_Extracted entries_
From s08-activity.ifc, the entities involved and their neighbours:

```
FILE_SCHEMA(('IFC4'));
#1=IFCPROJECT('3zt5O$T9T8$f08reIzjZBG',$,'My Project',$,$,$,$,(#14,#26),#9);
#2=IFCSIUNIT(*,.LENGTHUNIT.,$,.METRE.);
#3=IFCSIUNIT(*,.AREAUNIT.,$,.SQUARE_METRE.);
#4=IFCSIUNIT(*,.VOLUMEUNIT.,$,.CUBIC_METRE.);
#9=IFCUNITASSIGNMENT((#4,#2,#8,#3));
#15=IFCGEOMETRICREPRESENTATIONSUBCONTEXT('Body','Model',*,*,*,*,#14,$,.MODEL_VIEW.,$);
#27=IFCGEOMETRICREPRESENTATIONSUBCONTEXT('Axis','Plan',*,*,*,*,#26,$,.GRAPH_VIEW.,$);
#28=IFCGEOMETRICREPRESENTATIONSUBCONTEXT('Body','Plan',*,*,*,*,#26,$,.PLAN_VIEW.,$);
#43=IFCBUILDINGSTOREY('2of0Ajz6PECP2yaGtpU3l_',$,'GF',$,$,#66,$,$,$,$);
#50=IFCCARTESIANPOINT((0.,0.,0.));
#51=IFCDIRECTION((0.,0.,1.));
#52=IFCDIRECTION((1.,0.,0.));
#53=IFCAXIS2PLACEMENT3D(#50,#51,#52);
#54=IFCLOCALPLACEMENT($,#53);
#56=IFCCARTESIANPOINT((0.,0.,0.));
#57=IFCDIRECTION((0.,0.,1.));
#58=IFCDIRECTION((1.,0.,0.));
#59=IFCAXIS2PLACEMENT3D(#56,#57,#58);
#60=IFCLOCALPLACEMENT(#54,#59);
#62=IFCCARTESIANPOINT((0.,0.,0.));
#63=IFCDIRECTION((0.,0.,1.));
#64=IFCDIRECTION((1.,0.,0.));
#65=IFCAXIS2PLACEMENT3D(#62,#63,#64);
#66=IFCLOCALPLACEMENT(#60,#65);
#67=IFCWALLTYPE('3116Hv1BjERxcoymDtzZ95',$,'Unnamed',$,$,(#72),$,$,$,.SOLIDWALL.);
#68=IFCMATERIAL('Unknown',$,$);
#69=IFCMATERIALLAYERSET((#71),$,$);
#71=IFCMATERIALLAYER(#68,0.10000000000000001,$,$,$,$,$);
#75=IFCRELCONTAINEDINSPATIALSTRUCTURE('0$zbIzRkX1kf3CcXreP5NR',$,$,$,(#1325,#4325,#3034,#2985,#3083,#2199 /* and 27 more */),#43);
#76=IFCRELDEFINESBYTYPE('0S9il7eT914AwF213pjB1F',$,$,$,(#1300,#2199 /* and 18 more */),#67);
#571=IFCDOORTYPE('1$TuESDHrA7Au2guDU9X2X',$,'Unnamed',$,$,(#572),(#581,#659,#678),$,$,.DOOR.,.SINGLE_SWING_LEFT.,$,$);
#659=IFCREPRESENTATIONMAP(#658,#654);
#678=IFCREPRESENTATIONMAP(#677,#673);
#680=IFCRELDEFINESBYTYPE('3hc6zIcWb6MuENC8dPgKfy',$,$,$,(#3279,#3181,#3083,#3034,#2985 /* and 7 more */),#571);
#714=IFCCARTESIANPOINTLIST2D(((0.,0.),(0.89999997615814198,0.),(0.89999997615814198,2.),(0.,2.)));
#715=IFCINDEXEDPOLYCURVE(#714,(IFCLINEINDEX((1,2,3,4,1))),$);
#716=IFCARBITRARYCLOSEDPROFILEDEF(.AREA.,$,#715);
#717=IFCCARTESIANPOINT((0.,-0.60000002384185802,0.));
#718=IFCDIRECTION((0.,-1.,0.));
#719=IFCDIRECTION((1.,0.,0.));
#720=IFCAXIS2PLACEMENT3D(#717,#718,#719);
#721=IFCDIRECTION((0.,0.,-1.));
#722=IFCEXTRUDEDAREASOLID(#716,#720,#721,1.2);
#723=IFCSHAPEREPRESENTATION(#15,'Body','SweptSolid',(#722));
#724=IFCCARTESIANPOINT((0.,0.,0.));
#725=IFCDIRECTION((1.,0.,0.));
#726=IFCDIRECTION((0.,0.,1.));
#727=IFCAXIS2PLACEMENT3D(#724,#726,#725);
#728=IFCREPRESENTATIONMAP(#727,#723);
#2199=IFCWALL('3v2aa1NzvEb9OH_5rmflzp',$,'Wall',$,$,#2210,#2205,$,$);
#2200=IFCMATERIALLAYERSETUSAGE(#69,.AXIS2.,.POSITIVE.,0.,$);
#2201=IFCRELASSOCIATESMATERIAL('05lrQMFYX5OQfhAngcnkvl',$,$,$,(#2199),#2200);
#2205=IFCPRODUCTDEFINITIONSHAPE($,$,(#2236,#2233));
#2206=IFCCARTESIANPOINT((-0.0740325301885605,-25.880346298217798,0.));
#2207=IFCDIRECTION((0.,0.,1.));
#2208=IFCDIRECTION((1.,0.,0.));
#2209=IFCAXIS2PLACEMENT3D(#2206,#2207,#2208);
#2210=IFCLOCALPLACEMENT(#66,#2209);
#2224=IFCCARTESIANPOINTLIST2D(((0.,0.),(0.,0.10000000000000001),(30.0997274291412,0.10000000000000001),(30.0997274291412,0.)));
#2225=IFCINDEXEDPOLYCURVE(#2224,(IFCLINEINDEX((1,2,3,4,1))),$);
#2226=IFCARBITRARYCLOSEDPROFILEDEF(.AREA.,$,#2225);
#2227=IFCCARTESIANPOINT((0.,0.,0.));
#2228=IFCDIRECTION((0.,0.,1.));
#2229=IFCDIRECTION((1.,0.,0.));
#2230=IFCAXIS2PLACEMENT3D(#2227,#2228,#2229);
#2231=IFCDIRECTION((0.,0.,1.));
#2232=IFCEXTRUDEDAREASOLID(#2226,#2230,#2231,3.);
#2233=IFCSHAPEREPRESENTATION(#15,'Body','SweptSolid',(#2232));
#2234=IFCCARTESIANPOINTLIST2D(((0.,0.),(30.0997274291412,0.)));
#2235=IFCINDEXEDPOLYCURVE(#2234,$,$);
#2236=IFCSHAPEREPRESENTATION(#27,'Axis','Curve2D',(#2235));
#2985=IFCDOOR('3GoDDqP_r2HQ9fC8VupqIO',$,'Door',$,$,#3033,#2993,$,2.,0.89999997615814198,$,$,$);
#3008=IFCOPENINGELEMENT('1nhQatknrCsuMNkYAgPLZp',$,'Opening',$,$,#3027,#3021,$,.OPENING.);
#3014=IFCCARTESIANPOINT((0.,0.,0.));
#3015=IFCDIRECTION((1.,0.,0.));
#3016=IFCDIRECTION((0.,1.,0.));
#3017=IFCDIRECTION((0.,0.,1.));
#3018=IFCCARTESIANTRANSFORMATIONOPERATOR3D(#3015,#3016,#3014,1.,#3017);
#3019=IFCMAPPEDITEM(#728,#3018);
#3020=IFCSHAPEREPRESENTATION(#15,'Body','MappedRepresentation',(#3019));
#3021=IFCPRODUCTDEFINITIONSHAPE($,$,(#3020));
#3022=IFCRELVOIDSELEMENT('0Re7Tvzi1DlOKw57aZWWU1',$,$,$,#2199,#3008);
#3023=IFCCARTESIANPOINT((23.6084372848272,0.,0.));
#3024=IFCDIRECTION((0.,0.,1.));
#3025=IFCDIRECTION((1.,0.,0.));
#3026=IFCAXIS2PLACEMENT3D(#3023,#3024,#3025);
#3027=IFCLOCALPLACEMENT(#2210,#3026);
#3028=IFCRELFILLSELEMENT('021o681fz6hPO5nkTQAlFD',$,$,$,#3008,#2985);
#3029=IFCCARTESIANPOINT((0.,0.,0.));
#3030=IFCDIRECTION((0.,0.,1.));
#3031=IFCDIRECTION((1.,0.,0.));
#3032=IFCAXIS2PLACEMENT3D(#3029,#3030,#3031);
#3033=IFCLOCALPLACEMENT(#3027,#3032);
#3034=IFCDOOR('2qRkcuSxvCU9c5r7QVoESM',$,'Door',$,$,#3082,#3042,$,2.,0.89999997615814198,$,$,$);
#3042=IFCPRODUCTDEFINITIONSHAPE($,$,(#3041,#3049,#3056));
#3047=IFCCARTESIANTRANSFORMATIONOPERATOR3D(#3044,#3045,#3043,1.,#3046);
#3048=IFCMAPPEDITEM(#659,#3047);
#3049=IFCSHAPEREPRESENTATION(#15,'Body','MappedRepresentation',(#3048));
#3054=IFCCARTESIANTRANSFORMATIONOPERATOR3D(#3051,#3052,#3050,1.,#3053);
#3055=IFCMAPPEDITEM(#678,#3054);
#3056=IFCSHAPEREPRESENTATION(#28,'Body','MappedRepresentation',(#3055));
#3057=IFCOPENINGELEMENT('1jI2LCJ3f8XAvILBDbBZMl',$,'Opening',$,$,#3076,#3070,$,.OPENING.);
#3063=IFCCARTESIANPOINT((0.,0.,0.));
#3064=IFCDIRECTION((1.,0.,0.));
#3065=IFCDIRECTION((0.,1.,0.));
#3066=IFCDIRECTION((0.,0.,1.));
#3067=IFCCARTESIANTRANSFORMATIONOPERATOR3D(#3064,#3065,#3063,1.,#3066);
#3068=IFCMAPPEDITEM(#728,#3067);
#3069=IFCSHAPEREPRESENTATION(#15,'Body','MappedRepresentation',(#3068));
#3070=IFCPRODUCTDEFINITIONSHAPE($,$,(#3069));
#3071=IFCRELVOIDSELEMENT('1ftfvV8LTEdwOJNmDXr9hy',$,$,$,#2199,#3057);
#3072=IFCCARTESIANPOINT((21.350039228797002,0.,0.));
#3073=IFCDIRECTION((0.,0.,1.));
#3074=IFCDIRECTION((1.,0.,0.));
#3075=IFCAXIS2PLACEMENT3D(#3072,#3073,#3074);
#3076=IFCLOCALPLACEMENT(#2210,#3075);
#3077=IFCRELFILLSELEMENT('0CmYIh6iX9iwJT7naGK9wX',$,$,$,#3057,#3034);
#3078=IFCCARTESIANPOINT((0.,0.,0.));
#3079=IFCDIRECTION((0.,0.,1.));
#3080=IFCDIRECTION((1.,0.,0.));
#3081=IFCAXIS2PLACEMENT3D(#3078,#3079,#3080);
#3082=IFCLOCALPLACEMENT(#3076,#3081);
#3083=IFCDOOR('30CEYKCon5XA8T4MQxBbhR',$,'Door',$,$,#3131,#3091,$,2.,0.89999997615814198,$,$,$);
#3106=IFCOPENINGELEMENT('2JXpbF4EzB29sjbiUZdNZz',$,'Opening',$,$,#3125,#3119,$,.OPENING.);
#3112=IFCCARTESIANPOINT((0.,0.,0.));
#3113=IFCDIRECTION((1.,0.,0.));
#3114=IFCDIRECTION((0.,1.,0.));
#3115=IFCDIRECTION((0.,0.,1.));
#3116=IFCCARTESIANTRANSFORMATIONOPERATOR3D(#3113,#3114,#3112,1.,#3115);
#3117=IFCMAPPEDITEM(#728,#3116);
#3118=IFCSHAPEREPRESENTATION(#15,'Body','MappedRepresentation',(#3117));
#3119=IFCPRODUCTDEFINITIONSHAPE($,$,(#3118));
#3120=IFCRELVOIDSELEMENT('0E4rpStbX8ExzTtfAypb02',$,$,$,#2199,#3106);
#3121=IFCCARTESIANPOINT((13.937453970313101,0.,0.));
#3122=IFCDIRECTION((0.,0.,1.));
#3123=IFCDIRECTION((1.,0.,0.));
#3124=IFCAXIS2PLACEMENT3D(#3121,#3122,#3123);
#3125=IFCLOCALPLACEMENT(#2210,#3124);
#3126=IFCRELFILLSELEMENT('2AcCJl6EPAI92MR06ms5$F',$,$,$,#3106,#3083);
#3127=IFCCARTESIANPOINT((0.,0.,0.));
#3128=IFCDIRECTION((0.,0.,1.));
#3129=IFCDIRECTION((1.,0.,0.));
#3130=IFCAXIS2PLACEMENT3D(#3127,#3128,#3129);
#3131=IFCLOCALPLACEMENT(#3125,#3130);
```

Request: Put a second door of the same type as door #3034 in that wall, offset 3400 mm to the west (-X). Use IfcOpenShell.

```python
import ifcopenshell
import ifcopenshell.api.feature
import ifcopenshell.api.geometry
import ifcopenshell.api.root
import ifcopenshell.geom
import ifcopenshell.util.element
import ifcopenshell.util.placement
import ifcopenshell.util.shape

model = ifcopenshell.open("s08-activity.ifc")
settings = ifcopenshell.geom.settings()


def volume(element):
    """Net volume in cubic metres, openings subtracted."""
    shape = ifcopenshell.geom.create_shape(settings, element)
    return ifcopenshell.util.shape.get_volume(shape.geometry)


door = model.by_id(3034)
opening = door.FillsVoids[0].RelatingOpeningElement
wall = opening.VoidsElements[0].RelatingBuildingElement
before = volume(wall)
shift = ifcopenshell.util.placement.get_local_placement(wall.ObjectPlacement)[:3, 0] * -3.4

# copy_class copies the void relationship, type, container and properties, but no geometry.
new_opening = ifcopenshell.api.root.copy_class(model, product=opening)
new_opening.Representation = ifcopenshell.util.element.copy_deep(
    model, opening.Representation, exclude=["IfcGeometricRepresentationContext", "IfcRepresentationMap"]
)
new_door = ifcopenshell.api.root.copy_class(model, product=door)
new_door.Representation = ifcopenshell.util.element.copy_deep(
    model, door.Representation, exclude=["IfcGeometricRepresentationContext", "IfcRepresentationMap"]
)
ifcopenshell.api.feature.add_filling(model, opening=new_opening, element=new_door)

for old, new in ((opening, new_opening), (door, new_door)):
    matrix = ifcopenshell.util.placement.get_local_placement(old.ObjectPlacement)
    matrix[:3, 3] += shift
    ifcopenshell.api.geometry.edit_object_placement(model, product=new, matrix=matrix, is_si=False)

after = volume(wall)

print(f"wall volume {before:.3f} -> {after:.3f} m3")

model.write("s08-activity_rev.ifc")
```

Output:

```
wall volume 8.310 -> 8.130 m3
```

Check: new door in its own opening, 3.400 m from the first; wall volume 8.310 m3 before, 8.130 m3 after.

_Requirement_
Answer with one number only: how many lines in the data contain the word "Unnamed"?

_Your solution_
2